→ Problem to solve: Copy out, from the data, each line containing the string "Masonry".

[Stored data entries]
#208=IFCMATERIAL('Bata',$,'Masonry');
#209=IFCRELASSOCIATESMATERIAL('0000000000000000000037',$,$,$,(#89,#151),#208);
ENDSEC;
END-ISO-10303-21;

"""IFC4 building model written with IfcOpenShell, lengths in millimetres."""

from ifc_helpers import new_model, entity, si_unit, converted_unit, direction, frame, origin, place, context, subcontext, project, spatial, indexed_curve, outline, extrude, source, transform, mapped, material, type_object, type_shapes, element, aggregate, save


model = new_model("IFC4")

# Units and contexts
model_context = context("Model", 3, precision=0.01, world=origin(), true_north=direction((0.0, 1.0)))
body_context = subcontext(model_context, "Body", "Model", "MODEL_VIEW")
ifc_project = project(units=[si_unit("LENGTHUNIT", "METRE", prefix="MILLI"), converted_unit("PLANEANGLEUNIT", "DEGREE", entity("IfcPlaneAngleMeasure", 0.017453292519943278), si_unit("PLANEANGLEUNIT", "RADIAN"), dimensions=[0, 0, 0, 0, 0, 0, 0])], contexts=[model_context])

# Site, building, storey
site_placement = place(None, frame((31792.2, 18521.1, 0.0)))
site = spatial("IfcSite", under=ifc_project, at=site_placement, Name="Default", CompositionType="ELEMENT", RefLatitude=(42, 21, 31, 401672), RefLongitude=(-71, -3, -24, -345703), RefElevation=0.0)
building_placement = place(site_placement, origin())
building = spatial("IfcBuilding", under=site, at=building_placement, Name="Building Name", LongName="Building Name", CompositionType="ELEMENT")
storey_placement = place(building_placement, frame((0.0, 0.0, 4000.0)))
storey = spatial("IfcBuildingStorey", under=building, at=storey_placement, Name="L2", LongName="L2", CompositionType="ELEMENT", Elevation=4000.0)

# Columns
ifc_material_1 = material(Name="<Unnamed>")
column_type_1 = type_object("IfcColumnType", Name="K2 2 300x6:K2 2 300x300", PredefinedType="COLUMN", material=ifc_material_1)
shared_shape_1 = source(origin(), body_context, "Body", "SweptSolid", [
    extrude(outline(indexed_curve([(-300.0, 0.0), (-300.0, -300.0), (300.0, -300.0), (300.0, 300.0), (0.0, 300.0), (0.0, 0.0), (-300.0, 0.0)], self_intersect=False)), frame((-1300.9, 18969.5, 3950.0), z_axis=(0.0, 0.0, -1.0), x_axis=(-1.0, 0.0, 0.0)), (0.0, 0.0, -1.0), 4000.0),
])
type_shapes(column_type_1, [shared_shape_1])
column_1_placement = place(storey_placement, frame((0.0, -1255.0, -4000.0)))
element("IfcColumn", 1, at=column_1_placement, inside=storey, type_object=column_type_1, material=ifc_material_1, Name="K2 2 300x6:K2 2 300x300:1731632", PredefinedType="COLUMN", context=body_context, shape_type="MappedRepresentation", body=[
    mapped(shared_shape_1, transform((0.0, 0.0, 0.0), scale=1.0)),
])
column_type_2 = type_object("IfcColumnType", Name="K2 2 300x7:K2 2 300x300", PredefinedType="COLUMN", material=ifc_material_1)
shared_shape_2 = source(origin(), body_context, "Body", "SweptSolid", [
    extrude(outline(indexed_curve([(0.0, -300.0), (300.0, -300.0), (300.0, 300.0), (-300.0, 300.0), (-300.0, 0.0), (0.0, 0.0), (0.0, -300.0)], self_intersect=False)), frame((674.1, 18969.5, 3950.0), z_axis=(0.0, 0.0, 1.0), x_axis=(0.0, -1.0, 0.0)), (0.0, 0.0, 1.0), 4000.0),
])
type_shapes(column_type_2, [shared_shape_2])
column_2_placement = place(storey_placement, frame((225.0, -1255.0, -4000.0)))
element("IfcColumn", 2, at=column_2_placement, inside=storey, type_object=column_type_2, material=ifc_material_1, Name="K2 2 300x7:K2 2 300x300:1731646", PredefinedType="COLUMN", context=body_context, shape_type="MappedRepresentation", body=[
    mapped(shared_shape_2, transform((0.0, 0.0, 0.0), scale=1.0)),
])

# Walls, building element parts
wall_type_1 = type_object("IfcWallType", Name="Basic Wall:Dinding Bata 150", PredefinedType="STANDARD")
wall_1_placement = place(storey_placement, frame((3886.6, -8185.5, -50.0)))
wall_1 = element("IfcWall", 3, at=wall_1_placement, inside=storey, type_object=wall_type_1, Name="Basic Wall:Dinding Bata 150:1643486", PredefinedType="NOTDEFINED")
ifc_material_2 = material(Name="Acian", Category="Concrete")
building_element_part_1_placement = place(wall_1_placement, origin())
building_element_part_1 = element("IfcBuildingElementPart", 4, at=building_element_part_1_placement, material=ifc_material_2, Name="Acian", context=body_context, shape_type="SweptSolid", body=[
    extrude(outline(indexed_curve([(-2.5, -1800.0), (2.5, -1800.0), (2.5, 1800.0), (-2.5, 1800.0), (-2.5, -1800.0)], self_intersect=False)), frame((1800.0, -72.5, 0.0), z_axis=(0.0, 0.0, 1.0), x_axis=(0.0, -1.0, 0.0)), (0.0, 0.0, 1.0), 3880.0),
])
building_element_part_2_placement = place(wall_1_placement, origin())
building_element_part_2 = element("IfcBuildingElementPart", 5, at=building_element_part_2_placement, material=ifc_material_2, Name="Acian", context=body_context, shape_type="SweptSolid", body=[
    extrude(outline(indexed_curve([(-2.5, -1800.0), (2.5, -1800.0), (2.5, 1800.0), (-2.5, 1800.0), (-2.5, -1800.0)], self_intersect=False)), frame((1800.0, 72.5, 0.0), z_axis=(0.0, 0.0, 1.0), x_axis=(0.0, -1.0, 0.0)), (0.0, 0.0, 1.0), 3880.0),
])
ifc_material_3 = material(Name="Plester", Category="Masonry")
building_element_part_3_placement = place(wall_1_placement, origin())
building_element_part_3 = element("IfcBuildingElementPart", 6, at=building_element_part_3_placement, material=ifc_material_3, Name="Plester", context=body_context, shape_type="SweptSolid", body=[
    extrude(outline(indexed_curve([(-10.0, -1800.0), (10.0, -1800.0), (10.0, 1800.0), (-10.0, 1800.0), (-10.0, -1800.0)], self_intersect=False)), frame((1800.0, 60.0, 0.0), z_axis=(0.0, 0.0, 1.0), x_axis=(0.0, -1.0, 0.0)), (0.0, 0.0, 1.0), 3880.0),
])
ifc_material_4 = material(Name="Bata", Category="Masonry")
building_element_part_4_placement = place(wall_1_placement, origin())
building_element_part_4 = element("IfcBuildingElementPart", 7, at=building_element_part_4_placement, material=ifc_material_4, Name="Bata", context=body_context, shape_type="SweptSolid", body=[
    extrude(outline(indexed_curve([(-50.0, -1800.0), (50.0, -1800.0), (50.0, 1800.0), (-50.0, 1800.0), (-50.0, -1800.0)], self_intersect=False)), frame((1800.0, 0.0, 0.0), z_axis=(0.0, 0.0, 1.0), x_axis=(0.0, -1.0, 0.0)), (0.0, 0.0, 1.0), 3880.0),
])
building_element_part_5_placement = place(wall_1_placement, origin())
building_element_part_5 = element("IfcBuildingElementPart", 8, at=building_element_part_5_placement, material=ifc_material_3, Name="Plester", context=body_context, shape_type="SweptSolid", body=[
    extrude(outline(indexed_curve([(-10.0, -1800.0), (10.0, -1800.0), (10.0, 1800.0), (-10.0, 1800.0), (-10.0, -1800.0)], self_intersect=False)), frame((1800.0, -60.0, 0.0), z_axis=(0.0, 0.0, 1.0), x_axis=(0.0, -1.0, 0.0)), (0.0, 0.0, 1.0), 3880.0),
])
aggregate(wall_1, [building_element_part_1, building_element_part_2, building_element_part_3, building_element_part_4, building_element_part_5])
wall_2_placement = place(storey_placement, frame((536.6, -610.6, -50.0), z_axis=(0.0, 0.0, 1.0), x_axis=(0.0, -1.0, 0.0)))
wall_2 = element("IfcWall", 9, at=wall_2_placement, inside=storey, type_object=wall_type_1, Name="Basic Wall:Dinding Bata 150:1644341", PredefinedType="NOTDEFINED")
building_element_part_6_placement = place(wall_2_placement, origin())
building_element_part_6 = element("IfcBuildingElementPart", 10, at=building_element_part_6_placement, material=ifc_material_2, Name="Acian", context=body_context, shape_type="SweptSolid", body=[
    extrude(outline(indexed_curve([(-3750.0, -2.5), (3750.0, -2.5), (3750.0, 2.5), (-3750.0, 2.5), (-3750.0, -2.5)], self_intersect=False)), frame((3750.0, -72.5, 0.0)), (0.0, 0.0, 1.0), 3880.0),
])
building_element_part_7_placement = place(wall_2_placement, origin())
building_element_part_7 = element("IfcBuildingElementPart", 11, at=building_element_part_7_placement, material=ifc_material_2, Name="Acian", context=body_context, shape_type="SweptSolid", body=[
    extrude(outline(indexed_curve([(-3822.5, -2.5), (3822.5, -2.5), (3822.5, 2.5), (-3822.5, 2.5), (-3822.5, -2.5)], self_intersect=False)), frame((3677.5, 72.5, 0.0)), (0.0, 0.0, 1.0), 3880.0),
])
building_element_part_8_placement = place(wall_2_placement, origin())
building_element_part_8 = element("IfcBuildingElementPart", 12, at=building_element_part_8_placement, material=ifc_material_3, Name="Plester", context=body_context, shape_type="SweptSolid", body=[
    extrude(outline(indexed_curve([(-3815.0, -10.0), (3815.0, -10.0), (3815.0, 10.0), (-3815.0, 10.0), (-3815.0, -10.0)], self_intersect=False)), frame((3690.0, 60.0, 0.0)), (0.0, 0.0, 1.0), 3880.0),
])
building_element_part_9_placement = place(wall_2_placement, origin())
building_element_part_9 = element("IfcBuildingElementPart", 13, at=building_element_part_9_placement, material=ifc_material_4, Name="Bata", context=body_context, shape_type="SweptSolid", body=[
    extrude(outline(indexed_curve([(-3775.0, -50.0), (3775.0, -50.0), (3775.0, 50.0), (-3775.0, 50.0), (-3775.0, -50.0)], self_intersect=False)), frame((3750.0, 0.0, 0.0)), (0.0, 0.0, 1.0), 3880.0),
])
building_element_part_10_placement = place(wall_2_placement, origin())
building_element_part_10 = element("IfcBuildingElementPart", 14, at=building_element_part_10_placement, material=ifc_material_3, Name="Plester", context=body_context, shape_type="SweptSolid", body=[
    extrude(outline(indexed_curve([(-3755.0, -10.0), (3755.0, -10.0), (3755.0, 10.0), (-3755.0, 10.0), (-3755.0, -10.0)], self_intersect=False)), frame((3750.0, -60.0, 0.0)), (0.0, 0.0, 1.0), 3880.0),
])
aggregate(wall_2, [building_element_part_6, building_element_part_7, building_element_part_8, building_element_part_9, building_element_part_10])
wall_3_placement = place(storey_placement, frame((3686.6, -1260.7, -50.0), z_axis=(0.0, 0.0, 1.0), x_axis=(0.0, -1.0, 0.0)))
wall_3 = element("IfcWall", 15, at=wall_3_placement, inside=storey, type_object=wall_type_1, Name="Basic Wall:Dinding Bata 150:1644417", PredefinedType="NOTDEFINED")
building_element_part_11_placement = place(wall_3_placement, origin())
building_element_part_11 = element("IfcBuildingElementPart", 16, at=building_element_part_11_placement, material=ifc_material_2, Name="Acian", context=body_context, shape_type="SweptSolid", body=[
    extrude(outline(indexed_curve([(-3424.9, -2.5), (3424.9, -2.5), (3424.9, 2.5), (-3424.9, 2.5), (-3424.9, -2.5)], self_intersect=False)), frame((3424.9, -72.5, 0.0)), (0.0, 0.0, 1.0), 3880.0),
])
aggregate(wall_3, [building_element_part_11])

→ Result for this exercise:
#208=IFCMATERIAL('Bata',$,'Masonry');
ifc_material_3 = material(Name="Plester", Category="Masonry")
ifc_material_4 = material(Name="Bata", Category="Masonry")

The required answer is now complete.